>>>

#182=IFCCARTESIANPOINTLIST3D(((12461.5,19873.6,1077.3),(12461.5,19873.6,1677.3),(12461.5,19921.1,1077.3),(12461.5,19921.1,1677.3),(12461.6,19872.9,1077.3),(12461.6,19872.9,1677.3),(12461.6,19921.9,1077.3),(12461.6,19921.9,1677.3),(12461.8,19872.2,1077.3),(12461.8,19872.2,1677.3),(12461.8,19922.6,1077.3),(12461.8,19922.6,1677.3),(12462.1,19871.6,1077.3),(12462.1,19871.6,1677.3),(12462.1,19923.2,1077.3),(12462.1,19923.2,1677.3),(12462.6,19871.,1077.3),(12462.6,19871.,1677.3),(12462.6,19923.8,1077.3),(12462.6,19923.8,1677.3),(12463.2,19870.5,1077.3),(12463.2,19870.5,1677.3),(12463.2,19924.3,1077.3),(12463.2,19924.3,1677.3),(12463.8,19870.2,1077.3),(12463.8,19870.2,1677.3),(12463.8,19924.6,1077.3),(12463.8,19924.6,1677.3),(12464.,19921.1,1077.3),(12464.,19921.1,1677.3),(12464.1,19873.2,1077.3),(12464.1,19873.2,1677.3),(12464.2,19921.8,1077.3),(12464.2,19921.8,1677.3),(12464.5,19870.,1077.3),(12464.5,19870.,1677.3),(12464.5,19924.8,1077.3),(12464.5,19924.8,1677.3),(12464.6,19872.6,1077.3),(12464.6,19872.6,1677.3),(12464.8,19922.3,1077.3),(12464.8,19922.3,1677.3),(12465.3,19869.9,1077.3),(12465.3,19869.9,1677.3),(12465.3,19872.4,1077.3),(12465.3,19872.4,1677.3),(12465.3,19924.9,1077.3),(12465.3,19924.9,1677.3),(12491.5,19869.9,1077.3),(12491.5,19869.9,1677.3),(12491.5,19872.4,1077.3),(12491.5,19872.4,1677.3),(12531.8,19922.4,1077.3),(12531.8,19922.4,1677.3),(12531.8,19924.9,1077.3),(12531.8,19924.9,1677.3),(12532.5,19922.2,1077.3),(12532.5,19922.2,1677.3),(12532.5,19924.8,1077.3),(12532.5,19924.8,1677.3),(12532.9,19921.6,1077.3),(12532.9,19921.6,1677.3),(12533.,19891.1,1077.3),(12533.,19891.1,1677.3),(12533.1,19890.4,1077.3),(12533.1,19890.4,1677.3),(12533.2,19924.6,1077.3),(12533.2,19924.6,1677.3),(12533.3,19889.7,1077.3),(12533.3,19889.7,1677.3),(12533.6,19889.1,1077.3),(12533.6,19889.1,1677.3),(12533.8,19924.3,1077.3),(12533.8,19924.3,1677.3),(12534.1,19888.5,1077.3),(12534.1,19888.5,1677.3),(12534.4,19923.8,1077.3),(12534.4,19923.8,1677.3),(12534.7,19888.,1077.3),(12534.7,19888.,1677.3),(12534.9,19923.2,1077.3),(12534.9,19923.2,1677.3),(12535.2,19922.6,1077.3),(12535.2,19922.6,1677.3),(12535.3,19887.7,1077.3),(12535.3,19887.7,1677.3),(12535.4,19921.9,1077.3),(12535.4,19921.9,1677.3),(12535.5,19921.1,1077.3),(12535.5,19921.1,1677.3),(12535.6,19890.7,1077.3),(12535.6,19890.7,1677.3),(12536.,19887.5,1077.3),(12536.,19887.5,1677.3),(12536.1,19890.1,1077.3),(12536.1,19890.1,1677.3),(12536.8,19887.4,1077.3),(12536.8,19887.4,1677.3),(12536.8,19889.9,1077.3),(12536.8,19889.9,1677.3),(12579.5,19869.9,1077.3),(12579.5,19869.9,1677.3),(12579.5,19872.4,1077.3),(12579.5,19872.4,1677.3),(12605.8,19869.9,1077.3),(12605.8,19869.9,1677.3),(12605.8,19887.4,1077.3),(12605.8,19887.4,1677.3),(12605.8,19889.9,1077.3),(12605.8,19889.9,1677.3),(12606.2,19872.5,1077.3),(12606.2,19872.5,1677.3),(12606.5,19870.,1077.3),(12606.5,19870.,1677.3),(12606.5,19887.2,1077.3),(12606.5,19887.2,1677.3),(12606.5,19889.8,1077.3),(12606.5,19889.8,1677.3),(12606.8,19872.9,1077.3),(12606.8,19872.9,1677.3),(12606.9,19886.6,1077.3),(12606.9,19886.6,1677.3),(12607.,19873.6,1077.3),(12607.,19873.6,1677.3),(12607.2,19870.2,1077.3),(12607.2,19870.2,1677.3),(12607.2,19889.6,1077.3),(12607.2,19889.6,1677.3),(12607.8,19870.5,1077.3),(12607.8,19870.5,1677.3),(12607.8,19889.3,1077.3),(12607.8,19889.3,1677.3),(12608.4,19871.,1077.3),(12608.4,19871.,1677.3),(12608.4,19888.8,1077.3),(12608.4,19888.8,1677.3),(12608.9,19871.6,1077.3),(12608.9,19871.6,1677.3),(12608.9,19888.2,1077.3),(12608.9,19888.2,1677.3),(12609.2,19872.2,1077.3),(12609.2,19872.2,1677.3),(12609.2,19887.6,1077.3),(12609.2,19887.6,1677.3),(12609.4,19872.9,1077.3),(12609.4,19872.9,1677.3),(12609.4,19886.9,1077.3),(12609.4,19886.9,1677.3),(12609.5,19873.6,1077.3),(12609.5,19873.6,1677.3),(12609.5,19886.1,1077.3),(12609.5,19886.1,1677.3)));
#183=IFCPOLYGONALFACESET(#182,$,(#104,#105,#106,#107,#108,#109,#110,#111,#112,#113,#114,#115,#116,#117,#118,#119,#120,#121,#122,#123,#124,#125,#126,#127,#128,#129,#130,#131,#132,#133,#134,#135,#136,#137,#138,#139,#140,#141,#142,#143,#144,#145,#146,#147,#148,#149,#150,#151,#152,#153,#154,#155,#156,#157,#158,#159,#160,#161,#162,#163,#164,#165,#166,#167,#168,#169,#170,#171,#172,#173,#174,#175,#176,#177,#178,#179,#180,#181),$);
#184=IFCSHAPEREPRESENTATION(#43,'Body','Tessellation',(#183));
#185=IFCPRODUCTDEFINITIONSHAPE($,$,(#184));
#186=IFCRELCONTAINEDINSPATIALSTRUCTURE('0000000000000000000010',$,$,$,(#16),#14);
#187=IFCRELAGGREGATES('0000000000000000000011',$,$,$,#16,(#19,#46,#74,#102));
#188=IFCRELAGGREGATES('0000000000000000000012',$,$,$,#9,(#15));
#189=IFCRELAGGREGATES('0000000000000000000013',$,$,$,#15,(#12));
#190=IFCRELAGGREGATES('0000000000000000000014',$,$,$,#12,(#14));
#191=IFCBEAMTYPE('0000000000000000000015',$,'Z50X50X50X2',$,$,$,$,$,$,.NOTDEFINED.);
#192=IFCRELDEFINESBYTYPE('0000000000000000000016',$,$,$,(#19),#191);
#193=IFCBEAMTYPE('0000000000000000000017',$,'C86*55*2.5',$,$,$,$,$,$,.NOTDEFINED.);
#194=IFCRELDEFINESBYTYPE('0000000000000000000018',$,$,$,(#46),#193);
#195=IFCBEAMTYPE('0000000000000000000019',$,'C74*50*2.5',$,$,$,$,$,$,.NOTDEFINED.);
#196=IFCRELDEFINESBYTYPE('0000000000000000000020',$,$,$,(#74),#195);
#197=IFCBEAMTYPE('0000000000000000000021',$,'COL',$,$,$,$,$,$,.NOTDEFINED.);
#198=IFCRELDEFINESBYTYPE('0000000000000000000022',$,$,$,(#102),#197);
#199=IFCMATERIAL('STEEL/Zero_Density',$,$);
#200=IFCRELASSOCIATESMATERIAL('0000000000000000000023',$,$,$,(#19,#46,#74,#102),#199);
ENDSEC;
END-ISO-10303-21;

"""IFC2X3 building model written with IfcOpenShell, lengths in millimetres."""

<<<
>>>

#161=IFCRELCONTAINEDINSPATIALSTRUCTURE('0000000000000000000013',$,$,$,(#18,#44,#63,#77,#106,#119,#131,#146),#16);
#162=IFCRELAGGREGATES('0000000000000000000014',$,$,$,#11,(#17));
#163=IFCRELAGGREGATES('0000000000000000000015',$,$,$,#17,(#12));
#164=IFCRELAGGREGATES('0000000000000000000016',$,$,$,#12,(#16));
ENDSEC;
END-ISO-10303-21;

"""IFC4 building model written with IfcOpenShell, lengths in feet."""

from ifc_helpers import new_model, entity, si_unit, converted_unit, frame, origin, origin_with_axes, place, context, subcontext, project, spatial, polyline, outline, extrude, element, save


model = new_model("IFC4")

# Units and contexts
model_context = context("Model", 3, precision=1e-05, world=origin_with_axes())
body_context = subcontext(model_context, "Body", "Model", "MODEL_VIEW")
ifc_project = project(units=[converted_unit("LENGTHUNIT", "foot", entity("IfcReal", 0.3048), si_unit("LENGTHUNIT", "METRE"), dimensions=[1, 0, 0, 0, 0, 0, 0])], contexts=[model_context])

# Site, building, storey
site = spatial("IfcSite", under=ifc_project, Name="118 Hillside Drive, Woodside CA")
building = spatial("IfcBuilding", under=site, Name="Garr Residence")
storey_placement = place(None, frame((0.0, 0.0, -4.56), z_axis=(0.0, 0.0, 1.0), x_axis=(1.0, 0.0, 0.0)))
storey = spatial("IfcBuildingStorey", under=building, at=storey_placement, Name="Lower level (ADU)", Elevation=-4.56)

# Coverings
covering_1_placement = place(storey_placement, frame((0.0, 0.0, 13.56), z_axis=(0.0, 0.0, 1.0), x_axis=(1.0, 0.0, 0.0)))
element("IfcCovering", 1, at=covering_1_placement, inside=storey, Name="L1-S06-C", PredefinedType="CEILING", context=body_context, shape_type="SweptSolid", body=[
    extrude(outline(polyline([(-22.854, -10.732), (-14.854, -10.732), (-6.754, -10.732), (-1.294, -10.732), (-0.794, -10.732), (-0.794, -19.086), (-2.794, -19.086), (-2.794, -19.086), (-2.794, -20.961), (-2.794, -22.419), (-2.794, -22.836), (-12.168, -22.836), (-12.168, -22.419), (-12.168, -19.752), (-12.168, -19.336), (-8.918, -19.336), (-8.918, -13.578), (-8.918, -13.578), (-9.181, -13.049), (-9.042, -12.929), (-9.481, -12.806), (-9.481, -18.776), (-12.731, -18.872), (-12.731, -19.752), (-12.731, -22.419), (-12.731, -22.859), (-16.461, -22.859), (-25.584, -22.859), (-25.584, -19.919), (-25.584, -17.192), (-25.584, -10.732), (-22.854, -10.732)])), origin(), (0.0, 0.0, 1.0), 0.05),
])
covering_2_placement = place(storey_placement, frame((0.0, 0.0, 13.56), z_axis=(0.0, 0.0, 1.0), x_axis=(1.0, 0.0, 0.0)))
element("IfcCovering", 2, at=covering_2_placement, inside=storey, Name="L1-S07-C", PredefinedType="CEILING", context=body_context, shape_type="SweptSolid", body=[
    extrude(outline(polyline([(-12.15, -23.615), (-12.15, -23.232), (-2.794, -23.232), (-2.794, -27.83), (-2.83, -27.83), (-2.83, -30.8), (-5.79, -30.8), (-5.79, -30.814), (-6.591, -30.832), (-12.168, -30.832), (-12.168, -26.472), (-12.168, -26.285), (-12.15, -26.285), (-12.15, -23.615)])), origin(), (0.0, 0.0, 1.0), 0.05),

<<<

Take from the material above the lines running from the one with "0, 0])], contexts=[model_context])" through the one with "-4.56), z_axis=(0.0, 0.0, 1.0), x_axis=(1.0, 0.0, 0.0)))", and repeat them exactly, with nothing else.

ifc_project = project(units=[converted_unit("LENGTHUNIT", "foot", entity("IfcReal", 0.3048), si_unit("LENGTHUNIT", "METRE"), dimensions=[1, 0, 0, 0, 0, 0, 0])], contexts=[model_context])

# Site, building, storey
site = spatial("IfcSite", under=ifc_project, Name="118 Hillside Drive, Woodside CA")
building = spatial("IfcBuilding", under=site, Name="Garr Residence")
storey_placement = place(None, frame((0.0, 0.0, -4.56), z_axis=(0.0, 0.0, 1.0), x_axis=(1.0, 0.0, 0.0)))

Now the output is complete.